The European assessment by the PRAC and CMDh confirmed an increased risk of cardiovascular adverse events with high doses of ibuprofen (2400 mg and higher) with prolonged use. This risk is described in the current product information (SmPC and package leaflet). No increase in the risk of cardiovascular adverse events is observed for a daily dose not exceeding 1200 mg (the highest dose available without a prescription in the EU or in NL). All things considered, the MEB currently does not see any reason to change the legal status of supply for ibuprofen.
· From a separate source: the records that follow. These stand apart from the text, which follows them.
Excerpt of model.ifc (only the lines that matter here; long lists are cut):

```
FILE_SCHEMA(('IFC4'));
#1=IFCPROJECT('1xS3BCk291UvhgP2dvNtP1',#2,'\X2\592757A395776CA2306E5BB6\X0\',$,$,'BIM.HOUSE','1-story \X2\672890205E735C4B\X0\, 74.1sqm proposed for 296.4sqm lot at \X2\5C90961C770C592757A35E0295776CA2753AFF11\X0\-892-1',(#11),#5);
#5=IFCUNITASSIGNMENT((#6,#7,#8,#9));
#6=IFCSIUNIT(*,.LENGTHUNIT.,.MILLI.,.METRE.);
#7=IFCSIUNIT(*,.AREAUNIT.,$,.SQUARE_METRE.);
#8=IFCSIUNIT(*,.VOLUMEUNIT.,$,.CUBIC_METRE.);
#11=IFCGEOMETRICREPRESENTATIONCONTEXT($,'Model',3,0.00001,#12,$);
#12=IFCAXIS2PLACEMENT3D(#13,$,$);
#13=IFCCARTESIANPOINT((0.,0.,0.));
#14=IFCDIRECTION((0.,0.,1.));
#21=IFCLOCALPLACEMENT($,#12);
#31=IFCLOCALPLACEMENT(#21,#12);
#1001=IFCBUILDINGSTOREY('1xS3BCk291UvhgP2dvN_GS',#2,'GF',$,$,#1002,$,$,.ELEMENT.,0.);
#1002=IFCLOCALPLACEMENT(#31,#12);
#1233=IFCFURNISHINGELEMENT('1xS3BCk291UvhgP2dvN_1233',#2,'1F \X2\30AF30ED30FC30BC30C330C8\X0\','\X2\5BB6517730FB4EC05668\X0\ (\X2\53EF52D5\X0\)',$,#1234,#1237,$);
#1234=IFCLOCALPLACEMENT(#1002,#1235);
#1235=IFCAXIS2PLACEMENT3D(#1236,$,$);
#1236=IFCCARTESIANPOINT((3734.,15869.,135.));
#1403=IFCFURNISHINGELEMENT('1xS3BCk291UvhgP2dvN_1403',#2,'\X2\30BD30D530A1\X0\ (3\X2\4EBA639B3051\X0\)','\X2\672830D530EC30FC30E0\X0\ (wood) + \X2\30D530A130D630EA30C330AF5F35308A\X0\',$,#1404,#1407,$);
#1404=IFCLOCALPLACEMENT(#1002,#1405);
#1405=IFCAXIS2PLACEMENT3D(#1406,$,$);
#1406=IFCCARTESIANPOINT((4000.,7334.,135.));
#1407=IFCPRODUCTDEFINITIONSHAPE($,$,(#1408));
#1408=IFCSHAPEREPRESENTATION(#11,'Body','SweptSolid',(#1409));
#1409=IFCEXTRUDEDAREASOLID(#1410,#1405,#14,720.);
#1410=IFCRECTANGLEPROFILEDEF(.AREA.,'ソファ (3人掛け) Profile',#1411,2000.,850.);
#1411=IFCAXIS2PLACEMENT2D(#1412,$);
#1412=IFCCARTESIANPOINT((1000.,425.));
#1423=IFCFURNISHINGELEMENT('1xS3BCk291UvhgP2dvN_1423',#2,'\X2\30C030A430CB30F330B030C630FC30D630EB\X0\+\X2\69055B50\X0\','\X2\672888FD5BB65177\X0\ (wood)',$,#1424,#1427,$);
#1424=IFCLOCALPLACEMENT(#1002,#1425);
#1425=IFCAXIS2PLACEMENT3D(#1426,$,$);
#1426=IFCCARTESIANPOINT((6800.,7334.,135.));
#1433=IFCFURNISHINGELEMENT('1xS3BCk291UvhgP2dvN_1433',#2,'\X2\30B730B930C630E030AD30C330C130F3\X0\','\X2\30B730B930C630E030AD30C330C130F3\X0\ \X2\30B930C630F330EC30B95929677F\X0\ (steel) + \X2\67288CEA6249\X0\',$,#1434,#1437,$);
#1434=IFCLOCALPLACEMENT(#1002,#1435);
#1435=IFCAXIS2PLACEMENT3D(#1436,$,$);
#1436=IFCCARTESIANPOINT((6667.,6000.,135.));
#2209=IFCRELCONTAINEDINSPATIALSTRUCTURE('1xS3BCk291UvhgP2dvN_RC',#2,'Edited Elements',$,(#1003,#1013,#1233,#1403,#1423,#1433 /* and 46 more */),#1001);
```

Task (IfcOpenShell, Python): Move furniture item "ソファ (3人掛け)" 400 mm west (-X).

```python
import ifcopenshell
import ifcopenshell.api.geometry
import ifcopenshell.util.placement
import ifcopenshell.util.unit

model = ifcopenshell.open("model.ifc")
unit_scale = ifcopenshell.util.unit.calculate_unit_scale(model)

item = model.by_guid("1xS3BCk291UvhgP2dvN_1403")
matrix = ifcopenshell.util.placement.get_local_placement(item.ObjectPlacement)
matrix[0, 3] -= 0.4 / unit_scale
ifcopenshell.api.geometry.edit_object_placement(model, product=item, matrix=matrix, is_si=False)

print(ifcopenshell.util.placement.get_local_placement(item.ObjectPlacement).round(3) + 0.0)

model.write("model_updated.ifc")
```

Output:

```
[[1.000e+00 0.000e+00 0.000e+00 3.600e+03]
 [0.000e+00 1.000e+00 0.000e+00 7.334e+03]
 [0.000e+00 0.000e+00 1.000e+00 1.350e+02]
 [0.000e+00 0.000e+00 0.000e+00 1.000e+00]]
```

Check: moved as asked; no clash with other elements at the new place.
Medicinal products in the category GS are generally available. This means that these medicinal products are not only available from the pharmacy and drugstore, but also potentially from retail outlets such as the supermarket and petrol station. Ibuprofen for self-care is only intended for short-term use at low dosages. The current categorisation in the GS category is already based on risk-limitation measures such as a lower concentration and smaller package. The MEB recommends that you read the instructions for use in the package leaflet carefully if you use ibuprofen.